In January, Israel held six members of an academic delegation to Palestine led by San Francisco State professor Rabab Abulhadi at the Jordanian border for ten hours. The delegation reported that “[One] delegate was told explicitly not to pursue research on colonial gender violence.”
Such restrictions and intimidation, combined with military checkpoints in between Palestinian cities and Israel’s restriction on students traveling between Gaza and the West Bank, have led Palestinian universities to become local or national institutions, rather than international ones, Sundos said. This is in contrast to the international partnerships Israeli universities like The Technion and Hebrew University enjoy.

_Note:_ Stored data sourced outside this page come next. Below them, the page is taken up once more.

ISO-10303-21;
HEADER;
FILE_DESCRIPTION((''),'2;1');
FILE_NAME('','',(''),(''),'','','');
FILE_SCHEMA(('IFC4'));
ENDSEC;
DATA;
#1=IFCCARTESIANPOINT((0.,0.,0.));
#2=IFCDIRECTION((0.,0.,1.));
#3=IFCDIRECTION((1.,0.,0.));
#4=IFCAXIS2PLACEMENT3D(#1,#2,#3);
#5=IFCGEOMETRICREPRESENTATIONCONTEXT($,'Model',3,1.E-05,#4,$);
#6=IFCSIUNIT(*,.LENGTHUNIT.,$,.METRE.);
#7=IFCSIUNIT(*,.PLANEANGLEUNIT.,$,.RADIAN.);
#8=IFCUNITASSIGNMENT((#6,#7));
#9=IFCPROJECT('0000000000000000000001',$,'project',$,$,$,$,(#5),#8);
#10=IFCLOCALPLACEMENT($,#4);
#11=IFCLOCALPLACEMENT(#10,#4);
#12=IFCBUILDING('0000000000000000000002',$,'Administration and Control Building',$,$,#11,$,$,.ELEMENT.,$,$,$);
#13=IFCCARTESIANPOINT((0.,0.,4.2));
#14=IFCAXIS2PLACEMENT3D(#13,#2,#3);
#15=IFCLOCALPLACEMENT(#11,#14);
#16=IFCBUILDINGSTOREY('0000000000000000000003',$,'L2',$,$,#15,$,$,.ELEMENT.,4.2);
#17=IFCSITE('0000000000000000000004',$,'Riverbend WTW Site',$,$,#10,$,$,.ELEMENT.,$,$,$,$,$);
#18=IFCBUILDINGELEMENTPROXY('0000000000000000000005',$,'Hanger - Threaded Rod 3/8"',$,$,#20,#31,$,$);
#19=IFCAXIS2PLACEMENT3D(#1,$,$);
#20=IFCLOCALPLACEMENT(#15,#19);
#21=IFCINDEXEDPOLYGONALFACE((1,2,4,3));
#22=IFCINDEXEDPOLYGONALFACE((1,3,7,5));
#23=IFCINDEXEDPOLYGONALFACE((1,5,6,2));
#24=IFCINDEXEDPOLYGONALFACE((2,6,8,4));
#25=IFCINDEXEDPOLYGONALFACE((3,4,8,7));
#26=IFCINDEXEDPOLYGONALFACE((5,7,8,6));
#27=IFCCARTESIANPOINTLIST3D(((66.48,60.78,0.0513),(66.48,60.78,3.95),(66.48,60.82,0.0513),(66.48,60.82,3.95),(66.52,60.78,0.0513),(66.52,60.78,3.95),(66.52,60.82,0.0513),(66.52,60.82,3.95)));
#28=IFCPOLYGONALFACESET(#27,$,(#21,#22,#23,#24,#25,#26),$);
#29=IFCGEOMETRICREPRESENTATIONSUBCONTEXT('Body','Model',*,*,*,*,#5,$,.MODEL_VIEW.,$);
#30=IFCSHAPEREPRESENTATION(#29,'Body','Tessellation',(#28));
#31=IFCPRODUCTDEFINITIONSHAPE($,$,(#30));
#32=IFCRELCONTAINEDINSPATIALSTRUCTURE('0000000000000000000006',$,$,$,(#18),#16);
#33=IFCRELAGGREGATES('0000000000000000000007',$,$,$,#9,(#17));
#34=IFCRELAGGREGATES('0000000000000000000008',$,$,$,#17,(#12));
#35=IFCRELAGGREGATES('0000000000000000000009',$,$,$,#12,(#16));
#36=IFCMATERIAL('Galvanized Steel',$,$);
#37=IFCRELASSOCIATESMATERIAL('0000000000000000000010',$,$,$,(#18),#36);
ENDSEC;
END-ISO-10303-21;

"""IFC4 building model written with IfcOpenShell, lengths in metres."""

from ifc_helpers import new_model, si_unit, frame, origin_with_axes, origin_2d, place, context, subcontext, project, spatial, rectangle, extrude, material, element, save


model = new_model("IFC4")

# Units and contexts
model_context = context("Model", 3, precision=1e-05, world=origin_with_axes())
body_context = subcontext(model_context, "Body", "Model", "MODEL_VIEW")
ifc_project = project(units=[si_unit("LENGTHUNIT", "METRE"), si_unit("PLANEANGLEUNIT", "RADIAN")], contexts=[model_context])

# Site, building, storey
site_placement = place(None, origin_with_axes())
site = spatial("IfcSite", under=ifc_project, at=site_placement, Name="Riverbend WTW Site", CompositionType="ELEMENT")
building_placement = place(site_placement, origin_with_axes())
building = spatial("IfcBuilding", under=site, at=building_placement, Name="Administration and Control Building", CompositionType="ELEMENT")
storey_placement = place(building_placement, frame((0.0, 0.0, 4.2), z_axis=(0.0, 0.0, 1.0), x_axis=(1.0, 0.0, 0.0)))
storey = spatial("IfcBuildingStorey", under=building, at=storey_placement, Name="L2", CompositionType="ELEMENT", Elevation=4.2)

# Shared definitions
ifc_material_1 = material(Name="Galvanized Steel")

# Building element proxy
proxy_placement = place(None, frame((66.5, 60.8, 6.2006), z_axis=(0.0, 0.0, 1.0), x_axis=(1.0, 0.0, 0.0)))
element("IfcBuildingElementProxy", 1, at=proxy_placement, inside=storey, material=ifc_material_1, Name="Hanger - Threaded Rod 3/8\"", context=body_context, shape_type="SweptSolid", body=[
    extrude(rectangle(XDim=0.04, YDim=0.04, at=origin_2d()), frame((0.0, 0.0, -1.9494), z_axis=(0.0, 0.0, 1.0), x_axis=(1.0, 0.0, 0.0)), (0.0, 0.0, 1.0), 3.8988),
])

save(model, "model.ifc")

Stephanie commented on how this affects where international students study in the region.
“There are so many headaches of daily life linked to the occupation that it doesn’t surprise me that there are so many well-intentioned students who wind up studying in Israeli universities,” she said.
Sundos was also sure to connect her compromised education to its larger context: “The occupation is the disease and what’s happening in Palestine are the symptoms.”

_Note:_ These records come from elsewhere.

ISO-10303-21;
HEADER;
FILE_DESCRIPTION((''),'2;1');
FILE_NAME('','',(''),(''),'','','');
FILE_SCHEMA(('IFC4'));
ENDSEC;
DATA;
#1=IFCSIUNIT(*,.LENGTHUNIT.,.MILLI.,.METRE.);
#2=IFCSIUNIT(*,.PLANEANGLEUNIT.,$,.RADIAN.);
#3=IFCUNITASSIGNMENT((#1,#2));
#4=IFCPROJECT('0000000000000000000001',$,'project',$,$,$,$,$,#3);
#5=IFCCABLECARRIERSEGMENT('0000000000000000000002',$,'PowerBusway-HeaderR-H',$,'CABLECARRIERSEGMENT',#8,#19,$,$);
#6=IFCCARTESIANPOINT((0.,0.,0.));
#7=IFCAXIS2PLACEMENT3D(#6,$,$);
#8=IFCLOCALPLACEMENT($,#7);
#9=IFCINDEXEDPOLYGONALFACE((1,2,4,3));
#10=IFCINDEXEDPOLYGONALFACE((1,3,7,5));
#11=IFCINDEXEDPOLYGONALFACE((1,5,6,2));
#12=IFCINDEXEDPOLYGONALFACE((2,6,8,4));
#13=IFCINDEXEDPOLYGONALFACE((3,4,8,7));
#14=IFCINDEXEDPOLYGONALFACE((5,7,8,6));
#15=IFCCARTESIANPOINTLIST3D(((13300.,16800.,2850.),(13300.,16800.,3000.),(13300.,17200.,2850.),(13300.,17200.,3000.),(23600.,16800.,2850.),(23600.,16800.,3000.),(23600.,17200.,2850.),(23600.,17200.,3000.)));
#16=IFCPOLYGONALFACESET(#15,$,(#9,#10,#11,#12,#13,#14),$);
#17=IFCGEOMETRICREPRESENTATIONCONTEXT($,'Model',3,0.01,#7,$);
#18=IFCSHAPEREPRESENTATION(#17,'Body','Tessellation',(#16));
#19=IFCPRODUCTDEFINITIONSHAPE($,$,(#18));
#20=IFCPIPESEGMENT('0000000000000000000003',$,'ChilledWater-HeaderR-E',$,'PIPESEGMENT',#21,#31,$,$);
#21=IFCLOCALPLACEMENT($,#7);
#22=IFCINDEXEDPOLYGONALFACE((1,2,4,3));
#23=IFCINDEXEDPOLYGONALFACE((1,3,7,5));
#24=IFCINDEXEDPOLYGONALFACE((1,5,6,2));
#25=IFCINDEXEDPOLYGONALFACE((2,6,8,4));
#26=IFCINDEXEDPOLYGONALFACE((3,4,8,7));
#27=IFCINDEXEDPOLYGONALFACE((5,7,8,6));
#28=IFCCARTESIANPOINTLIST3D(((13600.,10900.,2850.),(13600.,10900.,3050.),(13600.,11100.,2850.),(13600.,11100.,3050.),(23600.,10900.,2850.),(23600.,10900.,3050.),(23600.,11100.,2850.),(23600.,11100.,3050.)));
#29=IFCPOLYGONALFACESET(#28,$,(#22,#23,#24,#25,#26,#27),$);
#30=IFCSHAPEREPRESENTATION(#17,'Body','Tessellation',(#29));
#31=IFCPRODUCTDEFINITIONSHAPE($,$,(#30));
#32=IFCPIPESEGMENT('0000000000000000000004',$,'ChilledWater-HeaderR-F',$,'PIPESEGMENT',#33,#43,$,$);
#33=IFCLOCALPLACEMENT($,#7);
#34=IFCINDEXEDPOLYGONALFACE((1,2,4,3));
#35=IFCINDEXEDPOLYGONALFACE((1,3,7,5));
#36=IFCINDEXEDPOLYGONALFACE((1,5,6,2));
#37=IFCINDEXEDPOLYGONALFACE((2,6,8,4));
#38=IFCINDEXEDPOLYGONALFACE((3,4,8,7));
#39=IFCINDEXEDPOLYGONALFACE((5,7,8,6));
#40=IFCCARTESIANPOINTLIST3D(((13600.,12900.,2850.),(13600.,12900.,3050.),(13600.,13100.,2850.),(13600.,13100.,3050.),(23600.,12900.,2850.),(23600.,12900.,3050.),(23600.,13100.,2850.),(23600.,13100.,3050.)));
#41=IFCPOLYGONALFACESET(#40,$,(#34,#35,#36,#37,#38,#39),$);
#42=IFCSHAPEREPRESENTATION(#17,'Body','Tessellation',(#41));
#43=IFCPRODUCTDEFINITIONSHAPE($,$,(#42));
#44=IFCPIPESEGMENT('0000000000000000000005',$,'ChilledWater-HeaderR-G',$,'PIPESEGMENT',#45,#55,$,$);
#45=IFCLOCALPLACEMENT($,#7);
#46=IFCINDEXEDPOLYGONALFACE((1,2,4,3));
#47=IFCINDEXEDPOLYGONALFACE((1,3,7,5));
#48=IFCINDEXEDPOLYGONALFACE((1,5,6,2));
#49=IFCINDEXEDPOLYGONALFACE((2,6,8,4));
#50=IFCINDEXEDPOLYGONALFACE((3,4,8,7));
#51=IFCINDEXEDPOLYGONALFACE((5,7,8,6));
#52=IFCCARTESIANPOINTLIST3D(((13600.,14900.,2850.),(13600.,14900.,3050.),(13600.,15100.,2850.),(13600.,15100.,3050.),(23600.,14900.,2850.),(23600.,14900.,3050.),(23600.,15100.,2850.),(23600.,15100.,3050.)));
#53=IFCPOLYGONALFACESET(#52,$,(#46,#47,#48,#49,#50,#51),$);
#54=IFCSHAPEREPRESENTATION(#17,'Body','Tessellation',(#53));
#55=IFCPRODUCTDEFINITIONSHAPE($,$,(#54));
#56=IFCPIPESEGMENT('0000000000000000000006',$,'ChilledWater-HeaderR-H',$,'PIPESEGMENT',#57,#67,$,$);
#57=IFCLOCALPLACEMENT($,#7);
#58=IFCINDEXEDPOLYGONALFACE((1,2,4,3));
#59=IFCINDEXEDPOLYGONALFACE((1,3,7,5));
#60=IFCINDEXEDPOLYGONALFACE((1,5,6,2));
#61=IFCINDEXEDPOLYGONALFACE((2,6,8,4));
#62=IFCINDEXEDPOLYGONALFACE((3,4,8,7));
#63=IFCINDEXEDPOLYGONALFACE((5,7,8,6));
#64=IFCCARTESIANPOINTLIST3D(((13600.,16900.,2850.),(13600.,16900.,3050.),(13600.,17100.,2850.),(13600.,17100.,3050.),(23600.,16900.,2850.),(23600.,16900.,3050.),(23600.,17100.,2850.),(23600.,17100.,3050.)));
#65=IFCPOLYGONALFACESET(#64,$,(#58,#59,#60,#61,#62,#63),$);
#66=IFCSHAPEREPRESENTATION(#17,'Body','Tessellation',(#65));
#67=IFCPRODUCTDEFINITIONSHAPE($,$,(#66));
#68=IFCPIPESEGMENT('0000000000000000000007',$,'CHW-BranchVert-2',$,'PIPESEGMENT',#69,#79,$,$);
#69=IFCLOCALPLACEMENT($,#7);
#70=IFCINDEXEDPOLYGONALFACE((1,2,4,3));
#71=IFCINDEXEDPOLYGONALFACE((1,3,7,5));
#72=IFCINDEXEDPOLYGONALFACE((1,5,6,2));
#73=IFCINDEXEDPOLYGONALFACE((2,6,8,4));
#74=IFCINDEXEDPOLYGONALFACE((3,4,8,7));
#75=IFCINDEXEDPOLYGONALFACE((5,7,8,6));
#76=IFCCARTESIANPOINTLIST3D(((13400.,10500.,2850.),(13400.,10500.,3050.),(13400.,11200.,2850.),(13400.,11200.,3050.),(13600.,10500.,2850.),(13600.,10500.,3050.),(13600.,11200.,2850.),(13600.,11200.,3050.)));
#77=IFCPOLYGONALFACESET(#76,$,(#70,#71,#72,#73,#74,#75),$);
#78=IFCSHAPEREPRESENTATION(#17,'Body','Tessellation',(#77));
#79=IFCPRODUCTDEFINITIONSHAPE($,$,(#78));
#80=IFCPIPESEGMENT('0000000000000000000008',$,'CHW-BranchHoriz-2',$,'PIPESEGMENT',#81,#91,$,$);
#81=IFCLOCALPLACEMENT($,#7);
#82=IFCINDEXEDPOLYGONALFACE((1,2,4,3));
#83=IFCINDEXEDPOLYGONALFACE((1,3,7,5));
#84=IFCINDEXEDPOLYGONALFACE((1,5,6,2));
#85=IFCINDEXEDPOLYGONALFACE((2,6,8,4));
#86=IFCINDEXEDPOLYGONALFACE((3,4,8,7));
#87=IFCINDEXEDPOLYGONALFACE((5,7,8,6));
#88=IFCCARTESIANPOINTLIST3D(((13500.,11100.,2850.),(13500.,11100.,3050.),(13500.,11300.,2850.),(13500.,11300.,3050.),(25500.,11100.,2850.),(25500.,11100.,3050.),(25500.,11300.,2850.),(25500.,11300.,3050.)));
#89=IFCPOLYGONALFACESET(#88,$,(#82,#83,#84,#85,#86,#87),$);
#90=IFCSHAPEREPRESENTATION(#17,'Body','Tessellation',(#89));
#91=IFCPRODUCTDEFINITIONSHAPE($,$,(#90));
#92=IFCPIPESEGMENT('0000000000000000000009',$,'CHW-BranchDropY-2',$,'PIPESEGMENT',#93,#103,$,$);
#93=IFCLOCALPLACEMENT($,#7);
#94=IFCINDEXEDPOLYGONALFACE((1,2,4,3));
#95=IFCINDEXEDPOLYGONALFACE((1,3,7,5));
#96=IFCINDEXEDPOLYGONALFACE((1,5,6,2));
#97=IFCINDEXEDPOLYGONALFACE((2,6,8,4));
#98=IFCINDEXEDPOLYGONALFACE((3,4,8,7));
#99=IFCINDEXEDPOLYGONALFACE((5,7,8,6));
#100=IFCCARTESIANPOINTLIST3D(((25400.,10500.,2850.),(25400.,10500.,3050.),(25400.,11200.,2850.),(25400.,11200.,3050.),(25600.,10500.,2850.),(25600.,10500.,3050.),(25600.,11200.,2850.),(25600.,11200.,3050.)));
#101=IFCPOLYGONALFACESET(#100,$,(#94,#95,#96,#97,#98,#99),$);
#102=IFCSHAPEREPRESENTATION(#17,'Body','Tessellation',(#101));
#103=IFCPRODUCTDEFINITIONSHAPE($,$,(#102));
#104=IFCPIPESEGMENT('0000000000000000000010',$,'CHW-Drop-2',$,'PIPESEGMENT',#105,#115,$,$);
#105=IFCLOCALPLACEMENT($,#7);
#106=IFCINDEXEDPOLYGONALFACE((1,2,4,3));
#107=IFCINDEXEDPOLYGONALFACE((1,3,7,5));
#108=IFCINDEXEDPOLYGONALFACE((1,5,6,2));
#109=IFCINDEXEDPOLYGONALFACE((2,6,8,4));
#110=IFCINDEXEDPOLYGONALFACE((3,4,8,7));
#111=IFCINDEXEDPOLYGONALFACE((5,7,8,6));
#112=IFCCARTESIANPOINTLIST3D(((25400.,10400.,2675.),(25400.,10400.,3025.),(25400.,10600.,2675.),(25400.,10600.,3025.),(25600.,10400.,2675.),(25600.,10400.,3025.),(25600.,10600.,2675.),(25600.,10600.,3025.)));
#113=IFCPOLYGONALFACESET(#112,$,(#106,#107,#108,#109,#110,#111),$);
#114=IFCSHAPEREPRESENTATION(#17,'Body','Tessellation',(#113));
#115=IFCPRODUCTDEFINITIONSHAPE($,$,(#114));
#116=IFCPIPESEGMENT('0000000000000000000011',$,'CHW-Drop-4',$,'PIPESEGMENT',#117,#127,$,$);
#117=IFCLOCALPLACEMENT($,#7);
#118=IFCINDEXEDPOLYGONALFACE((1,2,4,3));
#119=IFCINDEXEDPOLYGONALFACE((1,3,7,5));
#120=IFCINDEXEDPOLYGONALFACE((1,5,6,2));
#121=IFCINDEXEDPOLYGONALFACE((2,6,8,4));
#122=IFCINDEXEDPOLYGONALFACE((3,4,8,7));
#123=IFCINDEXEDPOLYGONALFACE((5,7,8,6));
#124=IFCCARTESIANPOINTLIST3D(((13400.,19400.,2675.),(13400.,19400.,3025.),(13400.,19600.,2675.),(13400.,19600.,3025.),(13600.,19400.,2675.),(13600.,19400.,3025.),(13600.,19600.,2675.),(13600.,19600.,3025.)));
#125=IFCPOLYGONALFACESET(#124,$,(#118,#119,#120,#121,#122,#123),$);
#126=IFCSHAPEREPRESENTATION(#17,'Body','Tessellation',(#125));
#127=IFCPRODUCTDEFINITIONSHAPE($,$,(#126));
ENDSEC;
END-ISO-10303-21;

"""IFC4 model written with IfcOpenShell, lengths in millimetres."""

from ifc_helpers import new_model, si_unit, frame, origin, place, context, project, polyline, outline, extrude, element, save


model = new_model("IFC4")

# Units and contexts
model_context = context("Model", 3, precision=0.01, world=origin())
ifc_project = project(units=[si_unit("LENGTHUNIT", "METRE", prefix="MILLI"), si_unit("PLANEANGLEUNIT", "RADIAN")])

# Cable carrier segment
for number, where, name in (
    (1, (18450.0, 17000.0, 2850.0), "PowerBusway-HeaderR-H"),
):
    element("IfcCableCarrierSegment", number, at=place(None, frame(where)), Name=name, ObjectType="CABLECARRIERSEGMENT", context=model_context, shape_type="SweptSolid", body=[
        extrude(outline(polyline([(-5150.0, -200.0), (5150.0, -200.0), (5150.0, 200.0), (-5150.0, 200.0), (-5150.0, -200.0)])), origin(), (0.0, 0.0, 1.0), 150.0),
    ])

# Pipe segments
for number, where, name in (
    (2, (18600.0, 11000.0, 2850.0), "ChilledWater-HeaderR-E"),
    (3, (18600.0, 13000.0, 2850.0), "ChilledWater-HeaderR-F"),
    (4, (18600.0, 15000.0, 2850.0), "ChilledWater-HeaderR-G"),
    (5, (18600.0, 17000.0, 2850.0), "ChilledWater-HeaderR-H"),
):
    element("IfcPipeSegment", number, at=place(None, frame(where)), Name=name, ObjectType="PIPESEGMENT", context=model_context, shape_type="SweptSolid", body=[
        extrude(outline(polyline([(-5000.0, -100.0), (5000.0, -100.0), (5000.0, 100.0), (-5000.0, 100.0), (-5000.0, -100.0)])), origin(), (0.0, 0.0, 1.0), 200.0),
    ])
pipe_segment_1_placement = place(None, frame((13500.0, 10850.0, 2850.0)))
element("IfcPipeSegment", 6, at=pipe_segment_1_placement, Name="CHW-BranchVert-2", ObjectType="PIPESEGMENT", context=model_context, shape_type="SweptSolid", body=[
    extrude(outline(polyline([(-100.0, -350.0), (100.0, -350.0), (100.0, 350.0), (-100.0, 350.0), (-100.0, -350.0)])), origin(), (0.0, 0.0, 1.0), 200.0),
])
pipe_segment_2_placement = place(None, frame((19500.0, 11200.0, 2850.0)))
element("IfcPipeSegment", 7, at=pipe_segment_2_placement, Name="CHW-BranchHoriz-2", ObjectType="PIPESEGMENT", context=model_context, shape_type="SweptSolid", body=[
    extrude(outline(polyline([(-6000.0, -100.0), (6000.0, -100.0), (6000.0, 100.0), (-6000.0, 100.0), (-6000.0, -100.0)])), origin(), (0.0, 0.0, 1.0), 200.0),
])
pipe_segment_3_placement = place(None, frame((25500.0, 10850.0, 2850.0)))
element("IfcPipeSegment", 8, at=pipe_segment_3_placement, Name="CHW-BranchDropY-2", ObjectType="PIPESEGMENT", context=model_context, shape_type="SweptSolid", body=[
    extrude(outline(polyline([(-100.0, -350.0), (100.0, -350.0), (100.0, 350.0), (-100.0, 350.0), (-100.0, -350.0)])), origin(), (0.0, 0.0, 1.0), 200.0),
])
for number, where, name in (
    (9, (25500.0, 10500.0, 2675.0), "CHW-Drop-2"),
    (10, (13500.0, 19500.0, 2675.0), "CHW-Drop-4"),
):
    element("IfcPipeSegment", number, at=place(None, frame(where)), Name=name, ObjectType="PIPESEGMENT", context=model_context, shape_type="SweptSolid", body=[
        extrude(outline(polyline([(-100.0, -100.0), (100.0, -100.0), (100.0, 100.0), (-100.0, 100.0), (-100.0, -100.0)])), origin(), (0.0, 0.0, 1.0), 350.0),
    ])

save(model, "model.ifc")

Education Beyond the University
University education does not exist in a vacuum, and so before looking at academic freedom for those in the highest levels of learning we must also examine primary and secondary education. The entire structure of Israel’s occupation, siege and discrimination against non-Jews in the West Bank, Gaza and Israel all prohibit any true access to education.
During my delegation, we met with people in a Jahalin Bedouin village in the Jordan Valley, a part of the West Bank that Israel’s deputy foreign minister has said Israel will not give up under a two-state solution. In the 1980s, the Israeli military declared the land to be a closed military zone under its control (as 60 percent of land in the West Bank is classified) and the residents of the Khan al-Ahmar village found their water, electricity and even road access cut off. Eid Abu Khamis, one of the villagers, focused the majority of his conversation on education.
Until a few years ago, children had to travel between 18 and 20 kilometers to school in Jericho or Azariya. Because the PA still had not provided the buses they promised in the late 1990s, students had to walk, Eid said. Due to the distance, families would not send their daughters and some of their sons would live at school for the week. Some parents discovered their children would hide near home rather than attend classes; others grieved for children either killed or handicapped by vehicles during their travel. The village soon decided to build its own school, which now holds 110 pupils and has an Israeli relocation order against it since the village is unrecognized. Eid called this a war crime.
“Education is a human right – only here is it forbidden,” he said.
Just over the hill from where we sat with Eid was Maale Adumim, a massive Israeli settlement with running water and electricity, an Israeli-approved school, and even an Ace Hardware store. Three members of the Knesset live in the settlement, Eid said, as well as the former ambassador to the US and the administrator of the Allenby Bridge to Jordan, where Stephanie was later denied entry.